Could we coax you into sharing anything else you might find?  May be someone else out there who's teaching special needs students.


----------



## Carol (Jul 8, 2007)

kidswarrior said:


> Could we coax you into sharing anything else you might find?  May be someone else out there who's teaching special needs students.



Absolutely!  I haven't found anything else yet, but I definitely will share when I fined something else worth sharing.


----------



## Kacey (Jul 8, 2007)

kidswarrior said:


> Could we coax you into sharing anything else you might find?  May be someone else out there who's teaching special needs students.

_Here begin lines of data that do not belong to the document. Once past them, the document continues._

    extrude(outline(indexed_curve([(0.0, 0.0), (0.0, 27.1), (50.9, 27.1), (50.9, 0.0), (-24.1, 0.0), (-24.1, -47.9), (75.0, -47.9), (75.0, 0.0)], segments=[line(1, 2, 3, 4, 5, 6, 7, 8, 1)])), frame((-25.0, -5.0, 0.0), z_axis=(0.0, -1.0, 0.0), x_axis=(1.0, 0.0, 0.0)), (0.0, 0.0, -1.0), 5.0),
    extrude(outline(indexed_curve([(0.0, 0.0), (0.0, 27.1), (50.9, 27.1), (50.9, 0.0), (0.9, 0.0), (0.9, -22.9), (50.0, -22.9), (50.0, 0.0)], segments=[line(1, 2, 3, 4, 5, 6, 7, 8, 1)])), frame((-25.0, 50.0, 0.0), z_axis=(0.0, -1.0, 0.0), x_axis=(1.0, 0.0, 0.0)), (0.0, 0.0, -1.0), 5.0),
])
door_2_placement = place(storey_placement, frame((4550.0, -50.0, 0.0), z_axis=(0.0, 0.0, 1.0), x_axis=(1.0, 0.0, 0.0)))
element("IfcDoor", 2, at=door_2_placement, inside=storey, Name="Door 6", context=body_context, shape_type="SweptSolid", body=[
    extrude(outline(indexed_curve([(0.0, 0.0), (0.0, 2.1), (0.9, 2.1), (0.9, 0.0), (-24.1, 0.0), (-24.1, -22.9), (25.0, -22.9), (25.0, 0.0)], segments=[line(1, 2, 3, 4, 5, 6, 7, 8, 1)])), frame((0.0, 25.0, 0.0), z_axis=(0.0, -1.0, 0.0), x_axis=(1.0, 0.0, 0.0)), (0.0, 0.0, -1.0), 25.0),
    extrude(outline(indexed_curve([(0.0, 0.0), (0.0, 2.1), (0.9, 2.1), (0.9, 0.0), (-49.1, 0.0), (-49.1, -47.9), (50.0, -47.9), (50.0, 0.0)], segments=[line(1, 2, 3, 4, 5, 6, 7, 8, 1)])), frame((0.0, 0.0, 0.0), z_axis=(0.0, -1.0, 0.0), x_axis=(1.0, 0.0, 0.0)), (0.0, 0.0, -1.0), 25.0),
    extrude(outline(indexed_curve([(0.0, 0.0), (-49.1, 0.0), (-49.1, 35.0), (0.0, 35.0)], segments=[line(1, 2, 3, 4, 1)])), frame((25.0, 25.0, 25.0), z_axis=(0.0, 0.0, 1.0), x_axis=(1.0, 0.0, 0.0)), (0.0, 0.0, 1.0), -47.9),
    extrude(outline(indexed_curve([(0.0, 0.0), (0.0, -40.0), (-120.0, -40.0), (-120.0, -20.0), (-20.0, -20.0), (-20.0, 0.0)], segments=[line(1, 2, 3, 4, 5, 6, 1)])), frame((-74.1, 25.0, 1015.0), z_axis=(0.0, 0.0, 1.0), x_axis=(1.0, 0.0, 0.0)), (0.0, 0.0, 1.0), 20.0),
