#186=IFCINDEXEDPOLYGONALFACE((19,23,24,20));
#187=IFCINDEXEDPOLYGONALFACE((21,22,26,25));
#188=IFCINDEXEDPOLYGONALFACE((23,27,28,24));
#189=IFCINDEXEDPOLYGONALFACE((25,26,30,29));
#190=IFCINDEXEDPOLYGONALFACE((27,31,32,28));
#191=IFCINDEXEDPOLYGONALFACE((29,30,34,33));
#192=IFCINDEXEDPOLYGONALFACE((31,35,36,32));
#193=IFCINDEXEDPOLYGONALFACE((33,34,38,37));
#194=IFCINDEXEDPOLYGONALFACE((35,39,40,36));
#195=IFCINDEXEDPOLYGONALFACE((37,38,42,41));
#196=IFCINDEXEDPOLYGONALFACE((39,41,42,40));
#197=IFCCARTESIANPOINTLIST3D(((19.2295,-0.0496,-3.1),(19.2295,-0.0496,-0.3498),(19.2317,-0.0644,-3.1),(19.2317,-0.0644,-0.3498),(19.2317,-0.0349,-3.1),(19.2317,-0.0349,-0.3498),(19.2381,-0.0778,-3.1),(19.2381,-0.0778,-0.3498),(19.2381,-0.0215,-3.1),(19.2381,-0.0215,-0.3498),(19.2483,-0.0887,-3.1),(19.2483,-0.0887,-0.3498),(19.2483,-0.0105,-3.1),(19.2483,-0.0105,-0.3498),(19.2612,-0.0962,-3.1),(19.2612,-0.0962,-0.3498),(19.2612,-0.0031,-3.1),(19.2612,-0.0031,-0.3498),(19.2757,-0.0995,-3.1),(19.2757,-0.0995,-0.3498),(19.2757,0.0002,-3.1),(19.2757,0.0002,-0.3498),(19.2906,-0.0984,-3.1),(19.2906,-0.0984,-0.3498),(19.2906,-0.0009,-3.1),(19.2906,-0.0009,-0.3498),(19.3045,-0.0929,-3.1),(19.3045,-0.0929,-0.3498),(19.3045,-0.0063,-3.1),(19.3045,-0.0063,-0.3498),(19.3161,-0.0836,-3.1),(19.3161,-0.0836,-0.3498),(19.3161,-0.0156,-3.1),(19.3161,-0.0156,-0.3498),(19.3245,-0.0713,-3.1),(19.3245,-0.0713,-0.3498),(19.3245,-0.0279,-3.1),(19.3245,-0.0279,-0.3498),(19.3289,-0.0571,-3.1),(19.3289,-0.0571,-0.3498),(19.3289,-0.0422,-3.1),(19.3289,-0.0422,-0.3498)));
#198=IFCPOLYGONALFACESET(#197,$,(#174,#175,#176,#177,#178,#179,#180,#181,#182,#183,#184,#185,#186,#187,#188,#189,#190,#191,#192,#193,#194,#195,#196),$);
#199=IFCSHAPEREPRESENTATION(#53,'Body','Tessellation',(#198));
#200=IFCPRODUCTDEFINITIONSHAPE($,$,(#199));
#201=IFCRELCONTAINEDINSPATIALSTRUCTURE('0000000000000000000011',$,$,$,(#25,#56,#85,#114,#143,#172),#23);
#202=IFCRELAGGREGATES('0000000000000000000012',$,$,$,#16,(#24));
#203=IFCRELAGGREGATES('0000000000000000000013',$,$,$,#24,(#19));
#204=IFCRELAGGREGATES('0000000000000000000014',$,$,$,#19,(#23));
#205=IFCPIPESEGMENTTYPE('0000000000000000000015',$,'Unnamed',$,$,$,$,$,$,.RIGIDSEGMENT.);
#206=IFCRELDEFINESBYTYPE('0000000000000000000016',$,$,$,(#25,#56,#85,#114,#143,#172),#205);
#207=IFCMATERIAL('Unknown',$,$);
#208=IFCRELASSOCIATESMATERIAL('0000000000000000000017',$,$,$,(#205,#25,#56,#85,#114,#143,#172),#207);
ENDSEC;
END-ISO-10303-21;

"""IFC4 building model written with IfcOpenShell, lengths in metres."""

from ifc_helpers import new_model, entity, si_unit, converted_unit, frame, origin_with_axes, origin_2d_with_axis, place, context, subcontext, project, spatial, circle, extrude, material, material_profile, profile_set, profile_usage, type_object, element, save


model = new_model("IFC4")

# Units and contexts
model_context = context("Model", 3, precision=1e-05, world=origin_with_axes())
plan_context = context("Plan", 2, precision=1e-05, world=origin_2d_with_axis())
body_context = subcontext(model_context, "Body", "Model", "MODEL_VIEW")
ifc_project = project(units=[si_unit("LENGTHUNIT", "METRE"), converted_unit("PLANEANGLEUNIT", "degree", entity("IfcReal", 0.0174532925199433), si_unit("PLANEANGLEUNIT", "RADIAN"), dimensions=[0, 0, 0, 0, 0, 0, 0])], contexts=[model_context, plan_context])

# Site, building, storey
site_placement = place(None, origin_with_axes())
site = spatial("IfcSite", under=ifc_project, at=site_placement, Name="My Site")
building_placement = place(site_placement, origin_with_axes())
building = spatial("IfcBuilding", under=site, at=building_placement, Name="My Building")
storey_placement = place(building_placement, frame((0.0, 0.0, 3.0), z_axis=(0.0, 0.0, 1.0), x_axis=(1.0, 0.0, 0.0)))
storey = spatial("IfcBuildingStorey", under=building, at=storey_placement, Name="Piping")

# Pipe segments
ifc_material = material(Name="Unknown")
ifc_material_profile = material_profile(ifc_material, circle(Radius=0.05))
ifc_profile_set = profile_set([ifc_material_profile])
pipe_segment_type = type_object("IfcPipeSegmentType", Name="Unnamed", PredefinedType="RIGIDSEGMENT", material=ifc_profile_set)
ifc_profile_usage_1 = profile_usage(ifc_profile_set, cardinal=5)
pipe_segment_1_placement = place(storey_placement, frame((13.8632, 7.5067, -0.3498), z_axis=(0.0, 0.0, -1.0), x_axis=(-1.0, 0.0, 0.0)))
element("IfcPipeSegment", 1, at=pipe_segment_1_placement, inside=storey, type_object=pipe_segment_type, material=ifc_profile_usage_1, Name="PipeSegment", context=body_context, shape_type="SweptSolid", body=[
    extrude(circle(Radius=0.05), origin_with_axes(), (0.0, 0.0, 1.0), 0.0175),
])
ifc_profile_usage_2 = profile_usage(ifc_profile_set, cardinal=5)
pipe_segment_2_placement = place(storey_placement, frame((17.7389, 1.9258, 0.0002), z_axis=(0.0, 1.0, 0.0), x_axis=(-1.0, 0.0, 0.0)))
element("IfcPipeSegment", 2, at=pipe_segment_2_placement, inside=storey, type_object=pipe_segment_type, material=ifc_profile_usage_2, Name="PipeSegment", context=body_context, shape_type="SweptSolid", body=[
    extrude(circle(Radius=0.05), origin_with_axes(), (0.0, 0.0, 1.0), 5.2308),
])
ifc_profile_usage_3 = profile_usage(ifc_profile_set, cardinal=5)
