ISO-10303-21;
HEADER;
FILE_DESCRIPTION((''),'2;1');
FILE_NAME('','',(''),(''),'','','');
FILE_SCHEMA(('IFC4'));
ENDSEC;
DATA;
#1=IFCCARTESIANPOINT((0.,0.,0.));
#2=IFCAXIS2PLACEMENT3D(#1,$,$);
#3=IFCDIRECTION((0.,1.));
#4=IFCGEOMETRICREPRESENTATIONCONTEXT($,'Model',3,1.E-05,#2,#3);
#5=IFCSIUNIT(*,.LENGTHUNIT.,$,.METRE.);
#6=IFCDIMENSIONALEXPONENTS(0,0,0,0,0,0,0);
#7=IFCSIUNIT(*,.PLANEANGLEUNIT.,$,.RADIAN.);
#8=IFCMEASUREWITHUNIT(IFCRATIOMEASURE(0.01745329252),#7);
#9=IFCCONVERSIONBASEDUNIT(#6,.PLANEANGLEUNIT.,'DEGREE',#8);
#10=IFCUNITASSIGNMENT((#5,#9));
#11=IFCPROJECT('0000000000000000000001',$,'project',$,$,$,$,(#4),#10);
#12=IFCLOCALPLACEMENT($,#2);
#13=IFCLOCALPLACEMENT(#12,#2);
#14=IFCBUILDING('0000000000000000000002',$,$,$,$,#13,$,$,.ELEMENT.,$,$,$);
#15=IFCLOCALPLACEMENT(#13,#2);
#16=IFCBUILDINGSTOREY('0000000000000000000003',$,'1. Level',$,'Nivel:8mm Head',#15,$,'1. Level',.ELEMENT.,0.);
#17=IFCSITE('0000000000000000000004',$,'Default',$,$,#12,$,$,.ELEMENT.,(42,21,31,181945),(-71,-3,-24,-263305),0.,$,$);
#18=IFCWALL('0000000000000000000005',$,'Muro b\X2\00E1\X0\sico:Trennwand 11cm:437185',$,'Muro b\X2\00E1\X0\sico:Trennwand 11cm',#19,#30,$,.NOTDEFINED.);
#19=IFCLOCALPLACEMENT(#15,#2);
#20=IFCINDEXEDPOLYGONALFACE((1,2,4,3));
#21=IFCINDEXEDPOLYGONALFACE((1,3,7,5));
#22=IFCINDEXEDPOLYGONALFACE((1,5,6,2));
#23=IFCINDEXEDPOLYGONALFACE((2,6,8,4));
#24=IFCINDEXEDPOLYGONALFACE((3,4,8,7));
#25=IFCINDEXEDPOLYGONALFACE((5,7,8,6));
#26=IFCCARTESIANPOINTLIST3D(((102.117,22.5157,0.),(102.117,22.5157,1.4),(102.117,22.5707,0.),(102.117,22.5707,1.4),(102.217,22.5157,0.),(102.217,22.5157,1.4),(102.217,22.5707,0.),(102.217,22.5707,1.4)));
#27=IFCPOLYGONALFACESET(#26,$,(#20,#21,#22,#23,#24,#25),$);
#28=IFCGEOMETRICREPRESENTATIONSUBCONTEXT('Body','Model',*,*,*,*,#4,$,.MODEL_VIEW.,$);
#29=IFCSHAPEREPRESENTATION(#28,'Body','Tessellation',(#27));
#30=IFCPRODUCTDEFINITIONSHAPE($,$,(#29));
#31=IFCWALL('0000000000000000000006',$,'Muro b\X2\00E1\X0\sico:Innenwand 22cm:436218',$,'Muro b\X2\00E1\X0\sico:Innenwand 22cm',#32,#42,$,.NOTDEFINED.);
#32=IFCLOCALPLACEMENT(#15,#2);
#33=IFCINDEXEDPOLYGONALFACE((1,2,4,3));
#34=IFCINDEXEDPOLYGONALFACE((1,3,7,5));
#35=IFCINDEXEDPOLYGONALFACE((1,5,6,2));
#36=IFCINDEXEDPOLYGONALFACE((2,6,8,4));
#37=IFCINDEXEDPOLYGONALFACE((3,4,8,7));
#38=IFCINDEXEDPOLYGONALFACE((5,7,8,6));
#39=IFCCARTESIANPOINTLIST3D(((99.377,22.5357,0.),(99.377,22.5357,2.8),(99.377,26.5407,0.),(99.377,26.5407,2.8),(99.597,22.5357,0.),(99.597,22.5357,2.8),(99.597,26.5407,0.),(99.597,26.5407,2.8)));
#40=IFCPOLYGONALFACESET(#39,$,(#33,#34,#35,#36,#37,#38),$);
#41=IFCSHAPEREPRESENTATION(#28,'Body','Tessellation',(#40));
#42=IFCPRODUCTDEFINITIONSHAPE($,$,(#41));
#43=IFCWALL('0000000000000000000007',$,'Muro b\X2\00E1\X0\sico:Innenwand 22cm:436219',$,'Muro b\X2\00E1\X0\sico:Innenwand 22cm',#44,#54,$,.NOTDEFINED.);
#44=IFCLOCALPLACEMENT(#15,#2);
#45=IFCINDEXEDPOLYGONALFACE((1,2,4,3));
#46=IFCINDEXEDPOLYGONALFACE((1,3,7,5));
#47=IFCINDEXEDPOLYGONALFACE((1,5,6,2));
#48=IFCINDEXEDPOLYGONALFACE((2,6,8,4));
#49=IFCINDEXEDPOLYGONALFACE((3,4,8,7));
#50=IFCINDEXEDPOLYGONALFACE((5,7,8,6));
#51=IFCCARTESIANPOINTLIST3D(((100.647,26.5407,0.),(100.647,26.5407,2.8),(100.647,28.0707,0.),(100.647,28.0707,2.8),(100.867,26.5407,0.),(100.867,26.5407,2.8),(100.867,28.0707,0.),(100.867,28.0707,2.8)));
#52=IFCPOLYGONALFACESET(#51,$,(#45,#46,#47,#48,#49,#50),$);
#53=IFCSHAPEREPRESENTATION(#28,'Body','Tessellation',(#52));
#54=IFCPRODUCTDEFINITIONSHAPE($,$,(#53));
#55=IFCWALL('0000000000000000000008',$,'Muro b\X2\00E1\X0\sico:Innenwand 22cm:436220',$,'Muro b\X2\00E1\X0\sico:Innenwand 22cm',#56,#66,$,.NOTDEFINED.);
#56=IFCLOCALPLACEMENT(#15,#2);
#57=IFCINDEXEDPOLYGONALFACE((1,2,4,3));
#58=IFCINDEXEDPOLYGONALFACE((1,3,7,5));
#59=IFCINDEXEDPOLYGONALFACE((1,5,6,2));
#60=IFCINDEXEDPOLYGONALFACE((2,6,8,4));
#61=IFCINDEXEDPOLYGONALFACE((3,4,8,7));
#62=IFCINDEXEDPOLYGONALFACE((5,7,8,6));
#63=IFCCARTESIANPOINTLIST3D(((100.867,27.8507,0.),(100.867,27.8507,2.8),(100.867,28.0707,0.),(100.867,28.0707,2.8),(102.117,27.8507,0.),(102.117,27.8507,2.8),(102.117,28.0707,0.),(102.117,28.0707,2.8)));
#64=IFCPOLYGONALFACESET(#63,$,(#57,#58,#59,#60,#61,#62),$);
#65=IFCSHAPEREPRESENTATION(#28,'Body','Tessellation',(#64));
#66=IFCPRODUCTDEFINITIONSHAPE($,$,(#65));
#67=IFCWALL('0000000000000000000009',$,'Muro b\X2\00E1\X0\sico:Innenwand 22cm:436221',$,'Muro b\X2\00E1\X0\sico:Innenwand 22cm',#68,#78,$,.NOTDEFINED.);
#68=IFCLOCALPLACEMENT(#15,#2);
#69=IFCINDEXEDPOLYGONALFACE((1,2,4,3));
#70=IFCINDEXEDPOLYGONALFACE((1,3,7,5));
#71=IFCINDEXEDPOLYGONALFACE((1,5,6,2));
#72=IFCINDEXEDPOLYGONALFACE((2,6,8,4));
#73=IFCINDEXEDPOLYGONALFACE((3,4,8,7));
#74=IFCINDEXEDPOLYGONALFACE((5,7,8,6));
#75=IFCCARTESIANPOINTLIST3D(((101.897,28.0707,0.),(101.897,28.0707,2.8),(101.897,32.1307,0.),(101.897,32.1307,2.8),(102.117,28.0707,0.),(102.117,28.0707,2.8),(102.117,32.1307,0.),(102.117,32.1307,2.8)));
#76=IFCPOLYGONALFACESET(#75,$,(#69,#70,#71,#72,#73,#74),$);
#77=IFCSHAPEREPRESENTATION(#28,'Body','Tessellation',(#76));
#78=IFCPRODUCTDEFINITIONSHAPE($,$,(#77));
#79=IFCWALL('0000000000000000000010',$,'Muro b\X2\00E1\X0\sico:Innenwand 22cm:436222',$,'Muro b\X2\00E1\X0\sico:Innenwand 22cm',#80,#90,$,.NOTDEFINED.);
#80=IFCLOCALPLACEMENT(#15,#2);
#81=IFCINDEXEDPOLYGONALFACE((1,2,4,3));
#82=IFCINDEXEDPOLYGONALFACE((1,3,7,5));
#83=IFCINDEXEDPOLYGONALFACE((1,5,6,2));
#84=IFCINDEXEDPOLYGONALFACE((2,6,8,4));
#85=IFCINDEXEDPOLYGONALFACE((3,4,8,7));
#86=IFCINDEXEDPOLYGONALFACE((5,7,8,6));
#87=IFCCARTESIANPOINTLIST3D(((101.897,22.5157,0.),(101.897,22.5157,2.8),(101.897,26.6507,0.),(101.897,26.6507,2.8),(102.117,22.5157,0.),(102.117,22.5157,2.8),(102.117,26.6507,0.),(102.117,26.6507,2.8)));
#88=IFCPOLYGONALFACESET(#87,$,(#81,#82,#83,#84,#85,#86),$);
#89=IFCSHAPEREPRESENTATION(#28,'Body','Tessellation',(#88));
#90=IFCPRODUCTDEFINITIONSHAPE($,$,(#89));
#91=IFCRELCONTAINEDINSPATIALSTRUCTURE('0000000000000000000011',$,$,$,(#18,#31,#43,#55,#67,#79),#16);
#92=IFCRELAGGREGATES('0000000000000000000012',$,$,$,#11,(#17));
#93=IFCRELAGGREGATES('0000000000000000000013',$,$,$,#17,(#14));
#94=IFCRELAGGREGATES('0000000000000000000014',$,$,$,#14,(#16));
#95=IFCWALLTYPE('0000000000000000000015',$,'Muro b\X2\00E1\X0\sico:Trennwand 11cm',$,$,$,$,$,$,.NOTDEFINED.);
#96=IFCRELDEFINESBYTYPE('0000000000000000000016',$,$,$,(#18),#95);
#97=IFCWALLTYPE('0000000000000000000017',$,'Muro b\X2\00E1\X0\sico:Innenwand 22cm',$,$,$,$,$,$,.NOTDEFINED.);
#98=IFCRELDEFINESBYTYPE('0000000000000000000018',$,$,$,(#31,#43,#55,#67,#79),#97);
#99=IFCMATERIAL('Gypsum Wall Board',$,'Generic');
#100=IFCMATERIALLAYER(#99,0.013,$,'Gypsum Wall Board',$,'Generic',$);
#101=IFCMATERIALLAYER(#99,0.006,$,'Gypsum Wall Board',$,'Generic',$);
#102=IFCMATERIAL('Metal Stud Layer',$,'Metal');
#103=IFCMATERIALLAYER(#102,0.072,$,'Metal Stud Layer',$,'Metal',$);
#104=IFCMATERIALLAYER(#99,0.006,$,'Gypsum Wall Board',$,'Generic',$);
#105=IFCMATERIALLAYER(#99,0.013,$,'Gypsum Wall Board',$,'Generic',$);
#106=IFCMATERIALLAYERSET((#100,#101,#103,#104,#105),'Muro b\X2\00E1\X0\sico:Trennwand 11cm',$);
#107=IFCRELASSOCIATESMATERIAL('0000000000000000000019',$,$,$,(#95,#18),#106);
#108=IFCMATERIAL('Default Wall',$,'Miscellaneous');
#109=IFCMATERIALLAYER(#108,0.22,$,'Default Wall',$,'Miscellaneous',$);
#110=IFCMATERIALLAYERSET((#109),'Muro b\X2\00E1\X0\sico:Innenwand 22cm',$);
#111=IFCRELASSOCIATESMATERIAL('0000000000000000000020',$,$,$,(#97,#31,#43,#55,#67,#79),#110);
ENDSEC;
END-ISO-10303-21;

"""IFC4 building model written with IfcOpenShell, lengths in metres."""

from ifc_helpers import new_model, entity, si_unit, converted_unit, direction, frame, frame_2d, origin, origin_2d_with_axis, place, context, subcontext, project, spatial, rectangle, extrude, material, layer, layer_set, layer_usage, type_object, element, save


model = new_model("IFC4")

# Units and contexts
model_context = context("Model", 3, precision=1e-05, world=origin(), true_north=direction((0.0, 1.0)))
body_context = subcontext(model_context, "Body", "Model", "MODEL_VIEW")
ifc_project = project(units=[si_unit("LENGTHUNIT", "METRE"), converted_unit("PLANEANGLEUNIT", "DEGREE", entity("IfcRatioMeasure", 0.01745329252), si_unit("PLANEANGLEUNIT", "RADIAN"), dimensions=[0, 0, 0, 0, 0, 0, 0])], contexts=[model_context])

# Site, building, storey
site_placement = place(None, origin())
site = spatial("IfcSite", under=ifc_project, at=site_placement, Name="Default", CompositionType="ELEMENT", RefLatitude=(42, 21, 31, 181945), RefLongitude=(-71, -3, -24, -263305), RefElevation=0.0)
building_placement = place(site_placement, origin())
building = spatial("IfcBuilding", under=site, at=building_placement, CompositionType="ELEMENT")
storey_placement = place(building_placement, origin())
storey = spatial("IfcBuildingStorey", under=building, at=storey_placement, Name="1. Level", ObjectType="Nivel:8mm Head", LongName="1. Level", CompositionType="ELEMENT", Elevation=0.0)

# Shared definitions
ifc_material_1 = material(Name="Gypsum Wall Board", Category="Generic")
ifc_layer_1 = layer(ifc_material_1, 0.013, Name="Gypsum Wall Board", Category="Generic")
ifc_layer_2 = layer(ifc_material_1, 0.006, Name="Gypsum Wall Board", Category="Generic")
ifc_material_2 = material(Name="Metal Stud Layer", Category="Metal")
ifc_layer_3 = layer(ifc_material_2, 0.072, Name="Metal Stud Layer", Category="Metal")
ifc_layer_4 = layer(ifc_material_1, 0.006, Name="Gypsum Wall Board", Category="Generic")
ifc_layer_5 = layer(ifc_material_1, 0.013, Name="Gypsum Wall Board", Category="Generic")
ifc_layer_set_1 = layer_set([ifc_layer_1, ifc_layer_2, ifc_layer_3, ifc_layer_4, ifc_layer_5], Name="Muro básico:Trennwand 11cm")
wall_type_1 = type_object("IfcWallType", Name="Muro básico:Trennwand 11cm", PredefinedType="NOTDEFINED", material=ifc_layer_set_1)

# Walls
ifc_layer_usage_1 = layer_usage(ifc_layer_set_1, "AXIS2", "NEGATIVE", 0.055)
wall_1_placement = place(storey_placement, frame((102.117, 22.5157, 0.0)))
element("IfcWall", 1, at=wall_1_placement, inside=storey, type_object=wall_type_1, material=ifc_layer_usage_1, Name="Muro básico:Trennwand 11cm:437185", ObjectType="Muro básico:Trennwand 11cm", PredefinedType="NOTDEFINED", context=body_context, shape_type="SweptSolid", body=[
    extrude(rectangle(XDim=0.1, YDim=0.055, at=origin_2d_with_axis()), frame((0.05, 0.0275, 0.0)), (0.0, 0.0, 1.0), 1.4),
])
ifc_material_3 = material(Name="Default Wall", Category="Miscellaneous")
ifc_layer_6 = layer(ifc_material_3, 0.22, Name="Default Wall", Category="Miscellaneous")
ifc_layer_set_2 = layer_set([ifc_layer_6], Name="Muro básico:Innenwand 22cm")
ifc_layer_usage_2 = layer_usage(ifc_layer_set_2, "AXIS2", "NEGATIVE", 0.11)
wall_type_2 = type_object("IfcWallType", Name="Muro básico:Innenwand 22cm", PredefinedType="NOTDEFINED", material=ifc_layer_set_2)
wall_2_placement = place(storey_placement, frame((99.487, 22.5357, 0.0), z_axis=(0.0, 0.0, 1.0), x_axis=(0.0, 1.0, 0.0)))
element("IfcWall", 2, at=wall_2_placement, inside=storey, type_object=wall_type_2, material=ifc_layer_usage_2, Name="Muro básico:Innenwand 22cm:436218", ObjectType="Muro básico:Innenwand 22cm", PredefinedType="NOTDEFINED", context=body_context, shape_type="SweptSolid", body=[
    extrude(rectangle(XDim=4.005, YDim=0.22, at=frame_2d((2.0025, 0.0), x_axis=(-1.0, 0.0))), origin(), (0.0, 0.0, 1.0), 2.8),
])
ifc_layer_usage_3 = layer_usage(ifc_layer_set_2, "AXIS2", "NEGATIVE", 0.11)
wall_3_placement = place(storey_placement, frame((100.757, 26.5407, 0.0), z_axis=(0.0, 0.0, 1.0), x_axis=(0.0, 1.0, 0.0)))
element("IfcWall", 3, at=wall_3_placement, inside=storey, type_object=wall_type_2, material=ifc_layer_usage_3, Name="Muro básico:Innenwand 22cm:436219", ObjectType="Muro básico:Innenwand 22cm", PredefinedType="NOTDEFINED", context=body_context, shape_type="SweptSolid", body=[
    extrude(rectangle(XDim=1.53, YDim=0.22, at=frame_2d((0.765, 0.0), x_axis=(-1.0, 0.0))), origin(), (0.0, 0.0, 1.0), 2.8),
])
ifc_layer_usage_4 = layer_usage(ifc_layer_set_2, "AXIS2", "NEGATIVE", 0.11)
wall_4_placement = place(storey_placement, frame((100.867, 27.9607, 0.0)))
element("IfcWall", 4, at=wall_4_placement, inside=storey, type_object=wall_type_2, material=ifc_layer_usage_4, Name="Muro básico:Innenwand 22cm:436220", ObjectType="Muro básico:Innenwand 22cm", PredefinedType="NOTDEFINED", context=body_context, shape_type="SweptSolid", body=[
    extrude(rectangle(XDim=1.25, YDim=0.22, at=frame_2d((0.625, 0.0), x_axis=(-1.0, 0.0))), origin(), (0.0, 0.0, 1.0), 2.8),
])
ifc_layer_usage_5 = layer_usage(ifc_layer_set_2, "AXIS2", "NEGATIVE", 0.11)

And don't forget this thread for some ideas that have already been advanced.


----------



## Sensei Payne (Jul 8, 2007)

Carol Kaur said:


> It probably would hurt a lot.
> 
> Mr. Kondo has saud tgat the reason why he did that particular video the way he did (focusing on clinch and ground work) was to not only show how a wheelchair bound person can defend themself, but to also illustrate how easy/likely it can be to be knocked out of one's chair during an attack.


 
Definitly, if thats the only way then by all means...do so, and how often will a person in a wheelchair have to fight in that way...not saying it would never happen...pretty improbable...nonetheless, train so that you will not have to use it,

Karate No Michi


----------



## kidswarrior (Jul 8, 2007)

Kacey said:


> And don't forget this thread for some ideas that have already been advanced.


OK, thanks. I do forget to use the search function far too often.


----------



## Carol (Jul 8, 2007)

kidswarrior said:


> OK, thanks. I do forget to use the search function far too often.



We all forget.  Linking to other threads is a good thing.


----------



## samurai69 (Jul 28, 2007)

I like those clips

I teachvarious self defence courses and its good to see and learn form these clips and instructors


----------